Stories That Inspire
Sometimes the most powerful medicine isn’t found in prescriptions, but in the words of someone who has walked where you’re walking now.
Robert S.
Robert S. lives with FSGS.
“FSGS might live in my body, but it doesn’t own my spirit. My purpose is clear—I will keep telling this story until others find the courage to tell theirs.”
I was 37 the first time my body whispered that something wasn’t right. I was on the train, just another day in New York, when my left eye started twitching. At first, it seemed harmless, almost funny. I remember thinking, great, now everyone thinks I’m winking at them. But the twitch didn’t stop. It followed me everywhere, a small, mocking reminder that something inside me had shifted.
I ignored it. Why wouldn’t I? I worked out, ate clean, didn’t drink much—I was living what I thought was the definition of “healthy.” But then the headaches came. Not ordinary headaches, but the kind that slammed into me in the middle of the night, jolting me out of sleep with a heavy pounding in my skull. They were so bad I’d end up vomiting, curled up on the bathroom floor. My face started to swell, my ankles ballooned, and exhaustion wrapped itself around me like a blanket I couldn’t kick off. I was becoming unrecognizable—even to myself.
My girlfriend at the time noticed it too. “You’re getting kind of puffy,” she said gently. “And you’re always tired. Maybe you should see a doctor?” But I brushed it off. Like so many men I knew, I told myself it was just work, just stress, nothing serious. I didn’t want to believe my body was betraying me.
The truth hit me one day when I went to visit a friend. Another friend had just finished producing a mixtape and I wanted him to hear it. When he opened the door, he didn’t even listen to the music. He looked at me and said, “Bro, you look horrible.” He wasn’t being mean—he was scared. Within the hour, he rushed me to the hospital, and that decision saved my life.
At the hospital, the words came fast: dialysis, kidney failure, FSGS. The doctors told me that if I didn’t start treatment immediately, I’d be dead within two weeks.

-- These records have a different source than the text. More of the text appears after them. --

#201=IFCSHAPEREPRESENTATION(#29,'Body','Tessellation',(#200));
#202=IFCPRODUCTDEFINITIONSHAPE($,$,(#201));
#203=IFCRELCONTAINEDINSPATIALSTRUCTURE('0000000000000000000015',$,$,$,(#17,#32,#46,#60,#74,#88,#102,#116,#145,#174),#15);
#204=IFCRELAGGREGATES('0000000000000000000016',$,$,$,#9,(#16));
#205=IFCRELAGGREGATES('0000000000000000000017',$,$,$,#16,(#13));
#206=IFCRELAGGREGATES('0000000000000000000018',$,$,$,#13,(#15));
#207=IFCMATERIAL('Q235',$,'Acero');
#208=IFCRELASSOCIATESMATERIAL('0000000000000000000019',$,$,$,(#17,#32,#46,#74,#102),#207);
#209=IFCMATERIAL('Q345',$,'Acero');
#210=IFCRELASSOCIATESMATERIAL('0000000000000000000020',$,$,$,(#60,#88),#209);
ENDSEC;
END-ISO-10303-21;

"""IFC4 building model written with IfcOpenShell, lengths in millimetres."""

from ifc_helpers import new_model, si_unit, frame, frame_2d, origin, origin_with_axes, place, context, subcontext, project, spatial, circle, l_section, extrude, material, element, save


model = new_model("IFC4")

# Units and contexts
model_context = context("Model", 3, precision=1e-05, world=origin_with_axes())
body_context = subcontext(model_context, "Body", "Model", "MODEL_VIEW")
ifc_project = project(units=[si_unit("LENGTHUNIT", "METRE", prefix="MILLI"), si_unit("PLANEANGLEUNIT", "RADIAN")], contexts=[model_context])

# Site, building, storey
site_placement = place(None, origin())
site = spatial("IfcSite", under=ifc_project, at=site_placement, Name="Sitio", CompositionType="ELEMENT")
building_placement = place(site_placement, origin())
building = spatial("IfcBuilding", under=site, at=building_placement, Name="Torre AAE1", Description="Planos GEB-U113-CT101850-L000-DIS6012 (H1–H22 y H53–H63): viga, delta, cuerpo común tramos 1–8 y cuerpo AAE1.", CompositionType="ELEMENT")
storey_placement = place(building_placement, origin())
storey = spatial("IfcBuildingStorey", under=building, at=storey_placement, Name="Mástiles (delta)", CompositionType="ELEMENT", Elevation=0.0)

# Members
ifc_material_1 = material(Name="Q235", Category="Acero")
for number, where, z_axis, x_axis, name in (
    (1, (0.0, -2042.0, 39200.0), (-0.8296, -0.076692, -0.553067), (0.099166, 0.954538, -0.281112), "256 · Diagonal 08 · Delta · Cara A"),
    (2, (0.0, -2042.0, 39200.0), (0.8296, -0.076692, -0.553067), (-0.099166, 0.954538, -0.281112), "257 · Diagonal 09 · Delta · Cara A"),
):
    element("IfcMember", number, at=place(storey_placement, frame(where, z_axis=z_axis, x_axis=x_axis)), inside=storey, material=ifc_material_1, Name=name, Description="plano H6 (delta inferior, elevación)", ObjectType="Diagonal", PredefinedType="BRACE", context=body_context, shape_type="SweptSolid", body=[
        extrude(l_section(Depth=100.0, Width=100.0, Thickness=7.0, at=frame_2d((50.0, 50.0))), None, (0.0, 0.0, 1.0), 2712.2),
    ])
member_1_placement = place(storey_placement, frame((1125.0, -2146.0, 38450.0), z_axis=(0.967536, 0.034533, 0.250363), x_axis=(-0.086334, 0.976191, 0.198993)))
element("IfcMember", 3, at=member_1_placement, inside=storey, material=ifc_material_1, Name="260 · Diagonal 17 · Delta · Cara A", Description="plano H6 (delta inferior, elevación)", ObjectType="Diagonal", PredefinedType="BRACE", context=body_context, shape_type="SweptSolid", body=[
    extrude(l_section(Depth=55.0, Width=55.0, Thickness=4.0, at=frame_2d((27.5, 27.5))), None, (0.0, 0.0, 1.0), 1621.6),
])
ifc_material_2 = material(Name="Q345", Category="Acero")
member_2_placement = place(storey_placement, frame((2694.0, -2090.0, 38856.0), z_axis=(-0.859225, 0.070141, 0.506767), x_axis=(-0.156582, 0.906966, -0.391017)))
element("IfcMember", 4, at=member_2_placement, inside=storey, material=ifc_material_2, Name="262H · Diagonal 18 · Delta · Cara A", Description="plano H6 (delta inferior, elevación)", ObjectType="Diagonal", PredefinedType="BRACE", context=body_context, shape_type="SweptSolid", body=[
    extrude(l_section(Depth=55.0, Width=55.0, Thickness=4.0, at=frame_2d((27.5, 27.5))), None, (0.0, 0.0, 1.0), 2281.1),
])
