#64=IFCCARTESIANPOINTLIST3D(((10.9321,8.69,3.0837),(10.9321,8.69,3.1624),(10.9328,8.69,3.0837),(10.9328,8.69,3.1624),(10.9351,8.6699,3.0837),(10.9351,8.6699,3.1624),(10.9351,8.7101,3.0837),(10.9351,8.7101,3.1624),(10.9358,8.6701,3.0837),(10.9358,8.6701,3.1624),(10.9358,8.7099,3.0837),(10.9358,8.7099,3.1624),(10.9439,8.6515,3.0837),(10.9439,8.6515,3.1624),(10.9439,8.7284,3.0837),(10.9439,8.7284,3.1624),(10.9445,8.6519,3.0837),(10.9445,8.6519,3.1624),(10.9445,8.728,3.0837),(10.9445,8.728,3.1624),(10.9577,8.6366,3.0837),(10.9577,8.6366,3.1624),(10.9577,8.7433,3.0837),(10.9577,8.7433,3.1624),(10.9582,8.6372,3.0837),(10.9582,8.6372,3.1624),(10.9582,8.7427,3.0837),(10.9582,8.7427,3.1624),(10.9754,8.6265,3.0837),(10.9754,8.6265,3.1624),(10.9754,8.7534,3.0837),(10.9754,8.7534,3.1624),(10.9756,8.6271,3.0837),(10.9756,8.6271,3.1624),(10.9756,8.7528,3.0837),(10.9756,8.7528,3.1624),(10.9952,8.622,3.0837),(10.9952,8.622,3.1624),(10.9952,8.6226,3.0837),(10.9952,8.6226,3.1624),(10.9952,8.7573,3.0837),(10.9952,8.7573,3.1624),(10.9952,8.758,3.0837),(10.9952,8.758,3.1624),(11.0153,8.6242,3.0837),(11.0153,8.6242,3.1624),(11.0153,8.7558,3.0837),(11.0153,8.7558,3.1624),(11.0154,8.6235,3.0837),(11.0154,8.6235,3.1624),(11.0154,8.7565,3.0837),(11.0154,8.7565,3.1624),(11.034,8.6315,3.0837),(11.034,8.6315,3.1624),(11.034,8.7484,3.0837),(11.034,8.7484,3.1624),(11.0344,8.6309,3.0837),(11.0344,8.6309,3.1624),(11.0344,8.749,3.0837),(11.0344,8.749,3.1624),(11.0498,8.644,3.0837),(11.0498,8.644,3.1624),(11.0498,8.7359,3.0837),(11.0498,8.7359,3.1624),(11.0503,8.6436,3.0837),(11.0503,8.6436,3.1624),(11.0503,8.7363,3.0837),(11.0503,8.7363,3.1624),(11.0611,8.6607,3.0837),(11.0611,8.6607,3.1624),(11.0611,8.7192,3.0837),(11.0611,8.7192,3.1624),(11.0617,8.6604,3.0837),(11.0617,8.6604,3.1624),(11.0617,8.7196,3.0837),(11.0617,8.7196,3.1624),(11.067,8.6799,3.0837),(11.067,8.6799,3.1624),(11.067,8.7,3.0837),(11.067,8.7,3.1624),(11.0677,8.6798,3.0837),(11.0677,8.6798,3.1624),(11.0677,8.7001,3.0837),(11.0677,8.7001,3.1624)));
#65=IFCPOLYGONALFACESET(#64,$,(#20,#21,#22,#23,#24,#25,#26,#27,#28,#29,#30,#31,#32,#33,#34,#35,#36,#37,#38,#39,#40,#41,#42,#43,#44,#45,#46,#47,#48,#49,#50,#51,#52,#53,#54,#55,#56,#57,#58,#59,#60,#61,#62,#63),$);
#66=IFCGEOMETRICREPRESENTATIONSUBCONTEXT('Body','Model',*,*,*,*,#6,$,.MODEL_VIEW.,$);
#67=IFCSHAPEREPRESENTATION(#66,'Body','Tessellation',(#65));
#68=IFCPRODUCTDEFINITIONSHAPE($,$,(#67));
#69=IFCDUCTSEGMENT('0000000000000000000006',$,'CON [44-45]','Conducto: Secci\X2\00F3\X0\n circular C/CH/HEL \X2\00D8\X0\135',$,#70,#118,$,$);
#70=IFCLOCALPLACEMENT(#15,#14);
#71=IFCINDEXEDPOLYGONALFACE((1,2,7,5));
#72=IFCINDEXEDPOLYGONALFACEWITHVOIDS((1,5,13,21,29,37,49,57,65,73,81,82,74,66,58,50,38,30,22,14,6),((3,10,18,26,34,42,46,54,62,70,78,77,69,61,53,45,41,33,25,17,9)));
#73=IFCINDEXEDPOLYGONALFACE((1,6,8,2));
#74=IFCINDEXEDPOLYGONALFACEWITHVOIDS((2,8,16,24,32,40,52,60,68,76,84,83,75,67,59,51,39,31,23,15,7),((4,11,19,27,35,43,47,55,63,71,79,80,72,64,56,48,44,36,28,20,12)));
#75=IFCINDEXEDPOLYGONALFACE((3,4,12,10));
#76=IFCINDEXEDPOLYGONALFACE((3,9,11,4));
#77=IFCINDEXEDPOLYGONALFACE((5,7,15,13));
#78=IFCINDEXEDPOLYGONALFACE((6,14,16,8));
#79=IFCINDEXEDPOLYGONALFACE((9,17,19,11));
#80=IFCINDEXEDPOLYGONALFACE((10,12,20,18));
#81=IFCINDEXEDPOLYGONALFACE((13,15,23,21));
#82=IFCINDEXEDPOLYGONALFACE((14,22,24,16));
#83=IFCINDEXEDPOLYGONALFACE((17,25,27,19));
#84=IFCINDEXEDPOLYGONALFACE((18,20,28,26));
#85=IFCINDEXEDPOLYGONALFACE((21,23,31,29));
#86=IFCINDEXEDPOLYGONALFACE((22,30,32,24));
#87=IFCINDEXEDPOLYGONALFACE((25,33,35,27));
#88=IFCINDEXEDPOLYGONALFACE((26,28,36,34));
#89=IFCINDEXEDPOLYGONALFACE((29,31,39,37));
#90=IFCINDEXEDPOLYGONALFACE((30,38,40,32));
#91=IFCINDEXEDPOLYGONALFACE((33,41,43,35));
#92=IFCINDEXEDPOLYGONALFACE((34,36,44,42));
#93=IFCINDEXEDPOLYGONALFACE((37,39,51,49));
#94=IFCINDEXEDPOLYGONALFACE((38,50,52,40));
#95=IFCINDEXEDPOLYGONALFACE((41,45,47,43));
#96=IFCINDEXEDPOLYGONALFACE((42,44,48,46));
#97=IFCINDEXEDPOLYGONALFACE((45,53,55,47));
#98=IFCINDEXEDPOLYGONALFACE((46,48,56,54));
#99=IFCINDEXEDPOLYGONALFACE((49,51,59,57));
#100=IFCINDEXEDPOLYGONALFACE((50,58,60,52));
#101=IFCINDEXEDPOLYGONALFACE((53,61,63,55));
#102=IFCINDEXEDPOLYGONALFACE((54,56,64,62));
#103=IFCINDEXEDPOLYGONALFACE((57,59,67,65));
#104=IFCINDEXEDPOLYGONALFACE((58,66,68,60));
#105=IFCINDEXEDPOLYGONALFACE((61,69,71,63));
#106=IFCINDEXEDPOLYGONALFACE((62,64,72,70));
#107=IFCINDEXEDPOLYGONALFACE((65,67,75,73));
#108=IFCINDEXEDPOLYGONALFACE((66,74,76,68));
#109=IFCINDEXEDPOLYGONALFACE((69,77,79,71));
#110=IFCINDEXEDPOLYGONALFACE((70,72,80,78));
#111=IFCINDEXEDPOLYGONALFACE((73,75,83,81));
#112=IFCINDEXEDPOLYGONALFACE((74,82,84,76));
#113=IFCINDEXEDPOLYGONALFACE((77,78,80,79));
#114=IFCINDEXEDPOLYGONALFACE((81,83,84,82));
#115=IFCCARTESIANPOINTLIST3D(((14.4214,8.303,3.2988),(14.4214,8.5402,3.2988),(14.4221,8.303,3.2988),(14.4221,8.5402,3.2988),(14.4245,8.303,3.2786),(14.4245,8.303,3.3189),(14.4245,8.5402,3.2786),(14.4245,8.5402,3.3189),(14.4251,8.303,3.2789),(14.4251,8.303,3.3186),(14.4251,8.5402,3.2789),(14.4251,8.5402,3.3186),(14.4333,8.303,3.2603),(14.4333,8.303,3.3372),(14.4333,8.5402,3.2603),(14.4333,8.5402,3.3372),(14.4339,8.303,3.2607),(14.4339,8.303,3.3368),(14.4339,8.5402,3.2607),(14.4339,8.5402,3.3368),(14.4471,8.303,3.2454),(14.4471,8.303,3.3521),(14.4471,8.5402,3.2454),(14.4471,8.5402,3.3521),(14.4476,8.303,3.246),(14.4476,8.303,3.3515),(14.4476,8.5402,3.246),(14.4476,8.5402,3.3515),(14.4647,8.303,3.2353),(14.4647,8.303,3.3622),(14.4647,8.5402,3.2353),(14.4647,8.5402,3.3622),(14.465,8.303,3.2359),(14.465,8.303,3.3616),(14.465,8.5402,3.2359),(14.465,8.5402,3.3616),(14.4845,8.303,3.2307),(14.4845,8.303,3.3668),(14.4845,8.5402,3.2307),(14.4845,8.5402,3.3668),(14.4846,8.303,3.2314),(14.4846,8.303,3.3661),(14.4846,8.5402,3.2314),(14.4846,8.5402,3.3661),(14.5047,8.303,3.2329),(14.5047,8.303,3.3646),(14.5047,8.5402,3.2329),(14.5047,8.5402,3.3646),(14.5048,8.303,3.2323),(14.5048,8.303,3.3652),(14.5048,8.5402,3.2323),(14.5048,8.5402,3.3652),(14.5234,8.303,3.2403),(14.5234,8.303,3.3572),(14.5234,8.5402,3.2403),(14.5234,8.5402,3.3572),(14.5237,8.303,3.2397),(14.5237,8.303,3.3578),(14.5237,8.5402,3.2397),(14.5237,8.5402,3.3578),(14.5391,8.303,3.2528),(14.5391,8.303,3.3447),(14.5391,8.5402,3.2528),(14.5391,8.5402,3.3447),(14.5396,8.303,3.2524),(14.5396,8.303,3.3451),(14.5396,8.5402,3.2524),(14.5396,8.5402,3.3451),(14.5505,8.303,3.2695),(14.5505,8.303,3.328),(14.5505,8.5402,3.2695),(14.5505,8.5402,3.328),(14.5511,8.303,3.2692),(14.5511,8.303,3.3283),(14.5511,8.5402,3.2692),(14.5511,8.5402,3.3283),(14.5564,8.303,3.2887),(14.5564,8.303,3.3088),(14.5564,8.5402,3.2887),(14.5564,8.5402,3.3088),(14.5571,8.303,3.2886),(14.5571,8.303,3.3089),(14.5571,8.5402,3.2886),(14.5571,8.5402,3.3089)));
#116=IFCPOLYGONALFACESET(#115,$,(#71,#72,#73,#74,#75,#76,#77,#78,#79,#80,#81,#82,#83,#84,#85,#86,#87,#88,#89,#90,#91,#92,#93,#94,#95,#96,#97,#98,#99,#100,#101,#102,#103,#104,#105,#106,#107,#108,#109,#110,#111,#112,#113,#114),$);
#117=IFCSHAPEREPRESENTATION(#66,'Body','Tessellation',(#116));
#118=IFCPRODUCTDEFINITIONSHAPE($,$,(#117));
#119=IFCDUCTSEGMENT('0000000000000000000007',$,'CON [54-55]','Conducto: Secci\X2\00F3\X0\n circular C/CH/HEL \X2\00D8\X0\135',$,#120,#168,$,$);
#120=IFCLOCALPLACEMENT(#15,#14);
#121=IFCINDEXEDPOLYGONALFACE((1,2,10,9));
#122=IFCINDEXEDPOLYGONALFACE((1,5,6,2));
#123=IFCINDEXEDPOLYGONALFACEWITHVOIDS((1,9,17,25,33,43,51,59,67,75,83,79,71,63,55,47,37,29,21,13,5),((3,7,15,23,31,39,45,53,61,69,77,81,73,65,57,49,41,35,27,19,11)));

I remember staring at them, barely able to process. Focal segmental glomerulosclerosis. It sounded like another language. All I could really hear were the words “chronic kidney disease” and “terminal.”
Terminal. I must have looked that word up twenty times, hoping the definition would somehow change. It didn’t. The only thing that changed was me.
Dialysis became my new reality. Four hours at a time, needles the size of pencils, the machine pulling blood in and out, leaving me hollow and exhausted. At first, I fought against it emotionally, sinking into depression. I replayed memories of who I was before, as if clinging to those snapshots could bring that person back. But slowly, I realized that life doesn’t work that way. I couldn’t go back. I had to find a new way forward.
Living with FSGS has been like sharing my body with an unwanted tenant. Some days, it wins—drains me, humbles me, reminds me I’m not in control. But most days, I win. I’ve learned to carry it without letting it define me.
What surprised me most was how my pain connected me to others. In dialysis chairs, in waiting rooms, in conversations with people who didn’t have the words to explain what they were going through—I saw pieces of myself. I realized that many in Black and Brown communities were living with kidney disease, just like me, often without a voice, often dismissed or overlooked by the healthcare system. That truth lit something inside me.
So I began telling my story. First to friends, then to anyone who would listen. And eventually, I turned it into work—building spaces where others could tell theirs. That’s how The Jentosy Project was born. Because I know what silence feels like. I know what it’s like to have a disease speak for you, when you can’t find the language yourself.
Now, I see my story not just as survival, but as a bridge. FSGS didn’t end my life; it rerouted it. It forced me to create something larger than myself, a place where others don’t have to carry their illness alone.
And if there’s one thing I’ve learned, it’s this: we are more than our diagnosis. FSGS might live in my body, but it doesn’t own my spirit. My purpose is clear—I will keep telling this story until others find the courage to tell theirs.
Sometimes the most powerful medicine isn’t found in prescriptions, but in the words of someone who has walked where you’re walking now.